Sasuke, Sakura and Obito...
one could argue that Itachi fits this aswell, but it's more complicated than that (I agree that there are major problems with Itachi..Kishi fucked up with the writing, which hurts Itachi's character)


----------



## Kakashisauce (Jul 2, 2015)

Well! Everyone basically has said the same characters I feel, so I guess that's a sign.

Sasuke, Sakura, Karin, Obito. And, yah know what? I would put Hinata in there, too. She had a LOT of potential and in my opinion, it was wasted. Part 1 was alright, at least she fought to improve herself and ATTEMPTED to overpower her, at the time, douchey cousin. But, Kishi almost seems to enjoy beating the crap out of Hinata and I kind of can't get over seeing her tossed around like a rag-doll by Neji and Pein. It's just so bad.

I almost want to give Sasuke a bit of a break for amusing me so greatly sometimes, but I still can't excuse his flip-flop-arama that never seemed to end throughout the entire manga.


----------



## Balalaika (Jul 2, 2015)

All three of the main characters are garbage.


----------



## Monna (Jul 2, 2015)

Sakura and Sarada


----------



## Turrin (Jul 2, 2015)

Naruto is the worst written character.


----------



## Sixpence None The Richer (Jul 2, 2015)
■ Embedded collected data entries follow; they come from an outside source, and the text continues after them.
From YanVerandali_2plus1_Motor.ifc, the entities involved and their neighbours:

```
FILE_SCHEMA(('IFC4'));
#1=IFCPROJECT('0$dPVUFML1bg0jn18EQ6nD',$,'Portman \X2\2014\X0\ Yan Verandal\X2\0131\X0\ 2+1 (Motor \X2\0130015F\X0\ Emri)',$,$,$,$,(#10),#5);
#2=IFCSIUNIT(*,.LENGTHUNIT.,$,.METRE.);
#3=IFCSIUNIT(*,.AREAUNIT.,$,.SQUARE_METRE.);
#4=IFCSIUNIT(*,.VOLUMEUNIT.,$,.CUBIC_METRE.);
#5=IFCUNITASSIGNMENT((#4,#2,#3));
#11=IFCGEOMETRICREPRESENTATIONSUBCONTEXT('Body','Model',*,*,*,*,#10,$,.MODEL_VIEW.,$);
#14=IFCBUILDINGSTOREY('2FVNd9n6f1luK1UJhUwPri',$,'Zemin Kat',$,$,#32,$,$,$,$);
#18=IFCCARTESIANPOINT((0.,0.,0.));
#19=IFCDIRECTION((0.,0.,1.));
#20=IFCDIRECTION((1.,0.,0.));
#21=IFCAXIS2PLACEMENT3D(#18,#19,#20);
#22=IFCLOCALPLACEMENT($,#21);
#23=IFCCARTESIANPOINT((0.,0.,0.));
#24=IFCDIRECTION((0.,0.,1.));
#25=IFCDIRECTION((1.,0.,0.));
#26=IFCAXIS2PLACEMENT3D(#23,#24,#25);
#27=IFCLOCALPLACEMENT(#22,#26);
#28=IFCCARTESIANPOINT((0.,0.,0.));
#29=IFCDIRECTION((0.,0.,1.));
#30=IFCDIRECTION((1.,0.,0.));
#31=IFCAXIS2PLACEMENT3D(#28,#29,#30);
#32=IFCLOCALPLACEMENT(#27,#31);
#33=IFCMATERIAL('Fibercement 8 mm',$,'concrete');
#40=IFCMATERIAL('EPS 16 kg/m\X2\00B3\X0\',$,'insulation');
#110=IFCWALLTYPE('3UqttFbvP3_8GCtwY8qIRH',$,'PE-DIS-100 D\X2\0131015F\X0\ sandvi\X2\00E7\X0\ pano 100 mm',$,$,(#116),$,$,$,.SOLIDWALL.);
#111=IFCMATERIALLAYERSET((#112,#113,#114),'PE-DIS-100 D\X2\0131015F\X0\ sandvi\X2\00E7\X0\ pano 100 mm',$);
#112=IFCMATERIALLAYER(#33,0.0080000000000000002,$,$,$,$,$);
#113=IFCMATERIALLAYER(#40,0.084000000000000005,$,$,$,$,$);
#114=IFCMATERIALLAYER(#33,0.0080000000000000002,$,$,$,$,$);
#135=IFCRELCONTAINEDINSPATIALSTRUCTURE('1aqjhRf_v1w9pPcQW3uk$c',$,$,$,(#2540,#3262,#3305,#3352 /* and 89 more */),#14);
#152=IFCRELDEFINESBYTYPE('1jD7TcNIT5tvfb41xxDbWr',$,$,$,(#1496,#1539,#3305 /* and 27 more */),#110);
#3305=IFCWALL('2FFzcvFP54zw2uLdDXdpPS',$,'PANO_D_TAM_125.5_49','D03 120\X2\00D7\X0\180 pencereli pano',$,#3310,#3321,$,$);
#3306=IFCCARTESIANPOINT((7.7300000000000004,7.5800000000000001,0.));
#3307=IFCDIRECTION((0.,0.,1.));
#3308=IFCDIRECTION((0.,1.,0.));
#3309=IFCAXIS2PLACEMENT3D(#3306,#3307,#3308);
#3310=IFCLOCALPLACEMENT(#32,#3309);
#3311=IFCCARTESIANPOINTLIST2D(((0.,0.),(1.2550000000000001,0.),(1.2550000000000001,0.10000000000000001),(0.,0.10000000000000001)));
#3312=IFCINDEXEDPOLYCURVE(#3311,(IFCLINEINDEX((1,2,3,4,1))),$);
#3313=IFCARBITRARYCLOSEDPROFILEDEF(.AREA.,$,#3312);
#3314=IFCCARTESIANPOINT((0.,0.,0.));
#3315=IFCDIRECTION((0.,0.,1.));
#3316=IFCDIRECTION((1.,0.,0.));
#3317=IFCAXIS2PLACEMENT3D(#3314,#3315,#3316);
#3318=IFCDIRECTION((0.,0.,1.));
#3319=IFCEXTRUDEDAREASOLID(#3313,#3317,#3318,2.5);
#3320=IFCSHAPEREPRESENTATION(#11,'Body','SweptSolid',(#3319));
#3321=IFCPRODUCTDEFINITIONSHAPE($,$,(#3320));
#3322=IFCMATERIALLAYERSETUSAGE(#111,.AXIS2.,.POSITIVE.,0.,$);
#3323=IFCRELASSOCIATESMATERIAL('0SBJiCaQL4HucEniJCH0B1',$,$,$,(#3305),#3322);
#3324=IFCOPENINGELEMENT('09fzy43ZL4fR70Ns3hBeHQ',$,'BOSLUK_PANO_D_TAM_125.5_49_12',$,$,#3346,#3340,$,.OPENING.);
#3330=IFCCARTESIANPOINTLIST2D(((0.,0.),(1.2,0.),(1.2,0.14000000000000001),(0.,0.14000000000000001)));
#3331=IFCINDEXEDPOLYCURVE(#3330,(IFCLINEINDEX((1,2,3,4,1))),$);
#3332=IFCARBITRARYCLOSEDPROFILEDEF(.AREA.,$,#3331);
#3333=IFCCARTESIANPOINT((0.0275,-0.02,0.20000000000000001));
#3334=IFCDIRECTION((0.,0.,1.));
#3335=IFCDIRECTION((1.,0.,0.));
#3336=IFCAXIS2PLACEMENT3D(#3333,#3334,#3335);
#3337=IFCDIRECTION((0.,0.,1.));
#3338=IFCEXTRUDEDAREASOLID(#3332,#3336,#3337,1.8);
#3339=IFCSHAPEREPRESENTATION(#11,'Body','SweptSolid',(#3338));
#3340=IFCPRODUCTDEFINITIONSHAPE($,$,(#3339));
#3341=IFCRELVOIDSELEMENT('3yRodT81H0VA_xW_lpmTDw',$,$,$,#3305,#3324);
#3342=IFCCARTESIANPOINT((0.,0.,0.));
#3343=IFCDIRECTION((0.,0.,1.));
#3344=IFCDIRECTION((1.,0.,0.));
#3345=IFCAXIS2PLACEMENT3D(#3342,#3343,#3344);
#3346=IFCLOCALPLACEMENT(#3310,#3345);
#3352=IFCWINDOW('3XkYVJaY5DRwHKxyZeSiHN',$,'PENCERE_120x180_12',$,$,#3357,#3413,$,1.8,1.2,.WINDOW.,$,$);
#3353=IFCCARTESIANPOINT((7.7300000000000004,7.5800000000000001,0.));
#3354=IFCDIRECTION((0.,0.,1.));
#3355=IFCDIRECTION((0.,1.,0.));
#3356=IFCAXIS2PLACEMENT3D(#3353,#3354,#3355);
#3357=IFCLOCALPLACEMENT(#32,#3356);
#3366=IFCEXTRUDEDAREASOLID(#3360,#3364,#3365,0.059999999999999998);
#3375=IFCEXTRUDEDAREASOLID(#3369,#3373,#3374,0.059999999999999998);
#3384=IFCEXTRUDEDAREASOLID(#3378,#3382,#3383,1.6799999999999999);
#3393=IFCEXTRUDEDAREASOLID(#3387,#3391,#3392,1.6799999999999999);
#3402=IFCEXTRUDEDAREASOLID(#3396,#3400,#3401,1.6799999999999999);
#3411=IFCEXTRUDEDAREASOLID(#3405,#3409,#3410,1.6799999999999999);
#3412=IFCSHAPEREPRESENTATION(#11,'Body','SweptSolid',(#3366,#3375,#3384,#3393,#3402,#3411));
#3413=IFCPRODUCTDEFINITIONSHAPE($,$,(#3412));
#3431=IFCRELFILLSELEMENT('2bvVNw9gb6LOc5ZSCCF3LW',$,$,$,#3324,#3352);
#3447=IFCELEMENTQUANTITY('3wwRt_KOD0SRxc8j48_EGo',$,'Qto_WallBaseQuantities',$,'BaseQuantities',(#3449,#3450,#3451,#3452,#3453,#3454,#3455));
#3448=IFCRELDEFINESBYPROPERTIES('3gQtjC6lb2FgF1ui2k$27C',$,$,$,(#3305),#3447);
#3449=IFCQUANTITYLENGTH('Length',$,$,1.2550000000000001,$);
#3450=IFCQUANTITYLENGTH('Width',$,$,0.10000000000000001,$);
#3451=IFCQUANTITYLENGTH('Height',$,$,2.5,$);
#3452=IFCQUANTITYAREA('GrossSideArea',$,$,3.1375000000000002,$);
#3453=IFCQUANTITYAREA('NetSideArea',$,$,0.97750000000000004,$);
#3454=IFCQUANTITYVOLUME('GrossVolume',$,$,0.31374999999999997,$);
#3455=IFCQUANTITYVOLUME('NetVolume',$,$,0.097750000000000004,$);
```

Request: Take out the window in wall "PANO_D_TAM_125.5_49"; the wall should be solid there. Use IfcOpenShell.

```python
import ifcopenshell
import ifcopenshell.api.feature
import ifcopenshell.api.pset
import ifcopenshell.api.root
import ifcopenshell.geom
import ifcopenshell.util.element
import ifcopenshell.util.shape
import ifcopenshell.util.unit

model = ifcopenshell.open("YanVerandali_2plus1_Motor.ifc")
area_scale = ifcopenshell.util.unit.calculate_unit_scale(model, "AREAUNIT")
volume_scale = ifcopenshell.util.unit.calculate_unit_scale(model, "VOLUMEUNIT")
settings = ifcopenshell.geom.settings()


def volume(element):
    """Net volume in cubic metres, openings subtracted."""
    shape = ifcopenshell.geom.create_shape(settings, element)
    return ifcopenshell.util.shape.get_volume(shape.geometry)


window = model.by_guid("3XkYVJaY5DRwHKxyZeSiHN")
opening = window.FillsVoids[0].RelatingOpeningElement
wall = opening.VoidsElements[0].RelatingBuildingElement
before = volume(wall)

ifcopenshell.api.root.remove_product(model, product=window)
ifcopenshell.api.feature.remove_feature(model, feature=opening)

after = volume(wall)
thickness = 0.1  # wall thickness in metres

# Update the wall's stored quantities.
qto = model.by_id(ifcopenshell.util.element.get_pset(wall, "Qto_WallBaseQuantities", should_inherit=False)["id"])
ifcopenshell.api.pset.edit_qto(model, qto=qto, properties={
    "NetSideArea": after / thickness / area_scale,
    "NetVolume": after / volume_scale,
})

print(f"wall volume {before:.3f} -> {after:.3f} m3")

model.write("YanVerandali_2plus1_Motor-out.ifc")
```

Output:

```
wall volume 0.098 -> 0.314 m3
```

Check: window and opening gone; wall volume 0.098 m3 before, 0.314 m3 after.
Naruto (Kishi either purposefully or through his utter incompetence ran this character into the ground), Sakura (Wasted potential as well), Sasuke and any Uchiha of importance (Black-holes that dragged the plot down)


----------



## MayorNiYueki (Jul 2, 2015)

-All previous generation
-Tobirama T^T (i want him more to be developed
- Sakura


----------



## Karasu (Jul 2, 2015)

All of them  the whole fucking lot is rotten.


----------



## COREYxYEROC (Jul 2, 2015)

easily hinata....

what a sad sad soul. seriously.


----------



## Seto Kaiba (Jul 2, 2015)

Team 7 sans Kakashi.


----------



## Kyrie Eleison (Jul 3, 2015)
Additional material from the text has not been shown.